◆ **Supplied information**:
•••
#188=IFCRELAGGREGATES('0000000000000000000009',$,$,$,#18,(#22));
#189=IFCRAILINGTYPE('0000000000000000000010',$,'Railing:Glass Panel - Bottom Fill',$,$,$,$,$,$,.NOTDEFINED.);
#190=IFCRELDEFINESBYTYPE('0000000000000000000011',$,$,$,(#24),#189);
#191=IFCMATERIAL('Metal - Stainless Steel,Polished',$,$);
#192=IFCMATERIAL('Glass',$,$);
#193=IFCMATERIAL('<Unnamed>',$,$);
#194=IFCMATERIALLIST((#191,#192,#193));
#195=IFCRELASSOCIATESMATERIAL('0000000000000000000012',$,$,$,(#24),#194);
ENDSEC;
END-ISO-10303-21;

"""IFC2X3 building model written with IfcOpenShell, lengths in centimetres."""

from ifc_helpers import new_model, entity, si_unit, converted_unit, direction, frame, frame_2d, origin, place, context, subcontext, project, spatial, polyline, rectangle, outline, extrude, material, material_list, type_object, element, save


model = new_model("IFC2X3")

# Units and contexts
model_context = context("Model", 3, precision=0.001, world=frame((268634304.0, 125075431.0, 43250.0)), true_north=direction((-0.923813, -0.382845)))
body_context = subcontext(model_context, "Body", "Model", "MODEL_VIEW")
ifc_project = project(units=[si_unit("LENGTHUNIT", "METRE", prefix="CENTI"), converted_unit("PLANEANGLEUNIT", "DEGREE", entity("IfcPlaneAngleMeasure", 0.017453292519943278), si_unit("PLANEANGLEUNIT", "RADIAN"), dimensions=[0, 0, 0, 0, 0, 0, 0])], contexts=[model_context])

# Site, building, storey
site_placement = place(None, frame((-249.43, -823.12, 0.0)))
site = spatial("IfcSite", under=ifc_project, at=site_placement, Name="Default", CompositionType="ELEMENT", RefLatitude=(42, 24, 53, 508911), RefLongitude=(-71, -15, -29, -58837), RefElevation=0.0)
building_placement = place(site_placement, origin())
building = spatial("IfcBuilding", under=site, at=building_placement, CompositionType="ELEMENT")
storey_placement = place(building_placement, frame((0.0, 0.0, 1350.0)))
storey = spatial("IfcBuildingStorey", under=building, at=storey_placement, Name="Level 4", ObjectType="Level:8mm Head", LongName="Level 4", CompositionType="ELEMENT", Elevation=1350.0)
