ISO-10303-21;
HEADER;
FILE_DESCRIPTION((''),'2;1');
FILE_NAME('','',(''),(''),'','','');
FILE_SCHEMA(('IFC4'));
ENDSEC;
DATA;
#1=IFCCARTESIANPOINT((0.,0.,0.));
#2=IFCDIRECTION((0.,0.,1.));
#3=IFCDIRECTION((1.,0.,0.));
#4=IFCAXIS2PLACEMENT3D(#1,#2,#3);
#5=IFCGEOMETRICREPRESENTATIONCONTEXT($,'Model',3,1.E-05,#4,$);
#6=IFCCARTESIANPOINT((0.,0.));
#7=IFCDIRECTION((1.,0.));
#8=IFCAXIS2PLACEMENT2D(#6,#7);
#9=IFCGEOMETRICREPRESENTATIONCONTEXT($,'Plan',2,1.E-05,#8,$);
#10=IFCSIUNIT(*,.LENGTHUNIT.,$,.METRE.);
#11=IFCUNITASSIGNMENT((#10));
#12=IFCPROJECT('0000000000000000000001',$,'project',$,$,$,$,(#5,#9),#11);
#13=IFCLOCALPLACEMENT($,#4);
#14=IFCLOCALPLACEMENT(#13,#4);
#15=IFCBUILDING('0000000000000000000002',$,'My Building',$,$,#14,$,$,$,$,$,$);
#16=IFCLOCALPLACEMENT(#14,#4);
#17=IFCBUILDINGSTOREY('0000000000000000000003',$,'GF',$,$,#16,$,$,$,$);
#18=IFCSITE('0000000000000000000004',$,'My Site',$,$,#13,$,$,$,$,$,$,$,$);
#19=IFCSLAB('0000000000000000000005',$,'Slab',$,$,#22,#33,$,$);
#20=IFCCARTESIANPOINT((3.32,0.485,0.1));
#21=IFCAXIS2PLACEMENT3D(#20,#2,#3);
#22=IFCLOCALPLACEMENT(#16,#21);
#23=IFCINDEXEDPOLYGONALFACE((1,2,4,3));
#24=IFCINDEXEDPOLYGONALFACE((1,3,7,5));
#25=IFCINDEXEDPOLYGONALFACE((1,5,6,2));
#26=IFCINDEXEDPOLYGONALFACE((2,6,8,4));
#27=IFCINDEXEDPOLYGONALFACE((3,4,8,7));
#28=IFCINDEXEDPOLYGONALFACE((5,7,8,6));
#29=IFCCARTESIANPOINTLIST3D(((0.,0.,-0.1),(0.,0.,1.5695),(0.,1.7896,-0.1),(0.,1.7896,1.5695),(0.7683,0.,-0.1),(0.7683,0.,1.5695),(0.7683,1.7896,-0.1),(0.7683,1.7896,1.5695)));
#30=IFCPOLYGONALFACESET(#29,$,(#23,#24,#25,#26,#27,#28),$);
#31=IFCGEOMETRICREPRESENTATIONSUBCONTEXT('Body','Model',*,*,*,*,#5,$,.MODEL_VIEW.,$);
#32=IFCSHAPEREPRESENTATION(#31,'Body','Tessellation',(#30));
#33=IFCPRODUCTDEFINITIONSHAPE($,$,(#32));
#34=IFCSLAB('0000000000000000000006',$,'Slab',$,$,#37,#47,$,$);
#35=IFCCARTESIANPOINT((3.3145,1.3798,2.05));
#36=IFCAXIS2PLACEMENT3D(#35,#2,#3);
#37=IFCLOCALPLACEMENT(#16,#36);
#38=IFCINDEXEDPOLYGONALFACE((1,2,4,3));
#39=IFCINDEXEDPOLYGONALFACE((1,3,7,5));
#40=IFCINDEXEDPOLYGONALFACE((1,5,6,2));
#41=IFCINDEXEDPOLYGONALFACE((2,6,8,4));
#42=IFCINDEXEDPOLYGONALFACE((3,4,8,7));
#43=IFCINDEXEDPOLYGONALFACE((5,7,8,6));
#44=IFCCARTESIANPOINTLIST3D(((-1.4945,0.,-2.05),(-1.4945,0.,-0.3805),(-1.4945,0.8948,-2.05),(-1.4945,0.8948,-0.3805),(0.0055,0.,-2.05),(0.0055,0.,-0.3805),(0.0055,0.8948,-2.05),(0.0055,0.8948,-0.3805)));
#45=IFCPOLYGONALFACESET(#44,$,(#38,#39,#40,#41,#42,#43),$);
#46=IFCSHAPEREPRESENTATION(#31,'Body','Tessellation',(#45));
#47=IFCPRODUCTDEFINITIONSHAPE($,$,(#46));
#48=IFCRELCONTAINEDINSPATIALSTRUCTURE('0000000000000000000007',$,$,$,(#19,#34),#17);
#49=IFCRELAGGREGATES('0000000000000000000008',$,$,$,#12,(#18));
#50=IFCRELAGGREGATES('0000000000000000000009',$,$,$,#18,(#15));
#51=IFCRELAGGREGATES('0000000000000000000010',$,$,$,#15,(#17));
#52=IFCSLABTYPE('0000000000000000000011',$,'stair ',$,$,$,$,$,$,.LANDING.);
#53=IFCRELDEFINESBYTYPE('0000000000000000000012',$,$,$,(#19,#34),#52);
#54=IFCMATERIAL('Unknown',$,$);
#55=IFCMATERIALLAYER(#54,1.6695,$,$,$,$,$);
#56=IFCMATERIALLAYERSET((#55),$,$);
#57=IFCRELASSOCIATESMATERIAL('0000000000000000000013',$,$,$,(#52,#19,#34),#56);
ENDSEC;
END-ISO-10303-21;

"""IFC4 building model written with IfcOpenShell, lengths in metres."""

from ifc_helpers import new_model, si_unit, frame, origin_with_axes, origin_2d_with_axis, place, context, subcontext, project, spatial, indexed_curve, outline, extrude, material, layer, layer_set, layer_usage, type_object, element, save


model = new_model("IFC4")

# Units and contexts
model_context = context("Model", 3, precision=1e-05, world=origin_with_axes())
plan_context = context("Plan", 2, precision=1e-05, world=origin_2d_with_axis())
body_context_1 = subcontext(model_context, "Body", "Model", "MODEL_VIEW")
ifc_project = project(units=[si_unit("LENGTHUNIT", "METRE")], contexts=[model_context, plan_context])

# Site, building, storey
site_placement = place(None, origin_with_axes())
site = spatial("IfcSite", under=ifc_project, at=site_placement, Name="My Site")
building_placement = place(site_placement, origin_with_axes())
building = spatial("IfcBuilding", under=site, at=building_placement, Name="My Building")
storey_placement = place(building_placement, origin_with_axes())
storey = spatial("IfcBuildingStorey", under=building, at=storey_placement, Name="GF")

# Slabs
ifc_material = material(Name="Unknown")
ifc_layer_1 = layer(ifc_material, 1.6695)
ifc_layer_set_1 = layer_set([ifc_layer_1])
ifc_layer_usage_1 = layer_usage(ifc_layer_set_1, "AXIS3", "POSITIVE", -0.1)
slab_type_1 = type_object("IfcSlabType", Name="stair ", PredefinedType="LANDING", material=ifc_layer_set_1)
slab_1_placement = place(storey_placement, frame((3.32, 0.485, 0.1), z_axis=(0.0, 0.0, 1.0), x_axis=(1.0, 0.0, 0.0)))
element("IfcSlab", 1, at=slab_1_placement, inside=storey, type_object=slab_type_1, material=ifc_layer_usage_1, Name="Slab", context=body_context_1, shape_type="SweptSolid", body=[
    extrude(outline(indexed_curve([(0.0, 0.0), (0.7683, 0.0), (0.7683, 1.7896), (0.0, 1.7896), (0.0, 0.0)])), frame((0.0, 0.0, -0.1), z_axis=(0.0, 0.0, 1.0), x_axis=(1.0, 0.0, 0.0)), (0.0, 0.0, 1.0), 1.6695),
])
ifc_layer_usage_2 = layer_usage(ifc_layer_set_1, "AXIS3", "POSITIVE", -2.05)
slab_2_placement = place(storey_placement, frame((3.3145, 1.3798, 2.05), z_axis=(0.0, 0.0, 1.0), x_axis=(1.0, 0.0, 0.0)))
element("IfcSlab", 2, at=slab_2_placement, inside=storey, type_object=slab_type_1, material=ifc_layer_usage_2, Name="Slab", context=body_context_1, shape_type="SweptSolid", body=[
    extrude(outline(indexed_curve([(-1.4945, 0.0), (-1.4945, 0.8948), (0.0055, 0.8948), (0.0055, 0.0), (-1.4945, 0.0)])), frame((0.0, 0.0, -2.05), z_axis=(0.0, 0.0, 1.0), x_axis=(1.0, 0.0, 0.0)), (0.0, 0.0, 1.0), 1.6695),
])

save(model, "model.ifc")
•••
◆ **Task objective**:
From the entries above, extract only the lines running from the one containing "material_list, type_object, element, save" through the one containing "#16=IFCLOCALPLACEMENT(#14,#4);", inclusive.

◆ **Reply to the exercise**:
from ifc_helpers import new_model, entity, si_unit, converted_unit, direction, frame, frame_2d, origin, place, context, subcontext, project, spatial, polyline, rectangle, outline, extrude, material, material_list, type_object, element, save


model = new_model("IFC2X3")

# Units and contexts
model_context = context("Model", 3, precision=0.001, world=frame((268634304.0, 125075431.0, 43250.0)), true_north=direction((-0.923813, -0.382845)))
body_context = subcontext(model_context, "Body", "Model", "MODEL_VIEW")
ifc_project = project(units=[si_unit("LENGTHUNIT", "METRE", prefix="CENTI"), converted_unit("PLANEANGLEUNIT", "DEGREE", entity("IfcPlaneAngleMeasure", 0.017453292519943278), si_unit("PLANEANGLEUNIT", "RADIAN"), dimensions=[0, 0, 0, 0, 0, 0, 0])], contexts=[model_context])

# Site, building, storey
site_placement = place(None, frame((-249.43, -823.12, 0.0)))
site = spatial("IfcSite", under=ifc_project, at=site_placement, Name="Default", CompositionType="ELEMENT", RefLatitude=(42, 24, 53, 508911), RefLongitude=(-71, -15, -29, -58837), RefElevation=0.0)
building_placement = place(site_placement, origin())
building = spatial("IfcBuilding", under=site, at=building_placement, CompositionType="ELEMENT")
storey_placement = place(building_placement, frame((0.0, 0.0, 1350.0)))
storey = spatial("IfcBuildingStorey", under=building, at=storey_placement, Name="Level 4", ObjectType="Level:8mm Head", LongName="Level 4", CompositionType="ELEMENT", Elevation=1350.0)
ISO-10303-21;
HEADER;
FILE_DESCRIPTION((''),'2;1');
FILE_NAME('','',(''),(''),'','','');
FILE_SCHEMA(('IFC4'));
ENDSEC;
DATA;
#1=IFCCARTESIANPOINT((0.,0.,0.));
#2=IFCDIRECTION((0.,0.,1.));
#3=IFCDIRECTION((1.,0.,0.));
#4=IFCAXIS2PLACEMENT3D(#1,#2,#3);
#5=IFCGEOMETRICREPRESENTATIONCONTEXT($,'Model',3,1.E-05,#4,$);
#6=IFCCARTESIANPOINT((0.,0.));
#7=IFCDIRECTION((1.,0.));
#8=IFCAXIS2PLACEMENT2D(#6,#7);
#9=IFCGEOMETRICREPRESENTATIONCONTEXT($,'Plan',2,1.E-05,#8,$);
#10=IFCSIUNIT(*,.LENGTHUNIT.,$,.METRE.);
#11=IFCUNITASSIGNMENT((#10));
#12=IFCPROJECT('0000000000000000000001',$,'project',$,$,$,$,(#5,#9),#11);
#13=IFCLOCALPLACEMENT($,#4);
#14=IFCLOCALPLACEMENT(#13,#4);
#15=IFCBUILDING('0000000000000000000002',$,'My Building',$,$,#14,$,$,$,$,$,$);
#16=IFCLOCALPLACEMENT(#14,#4);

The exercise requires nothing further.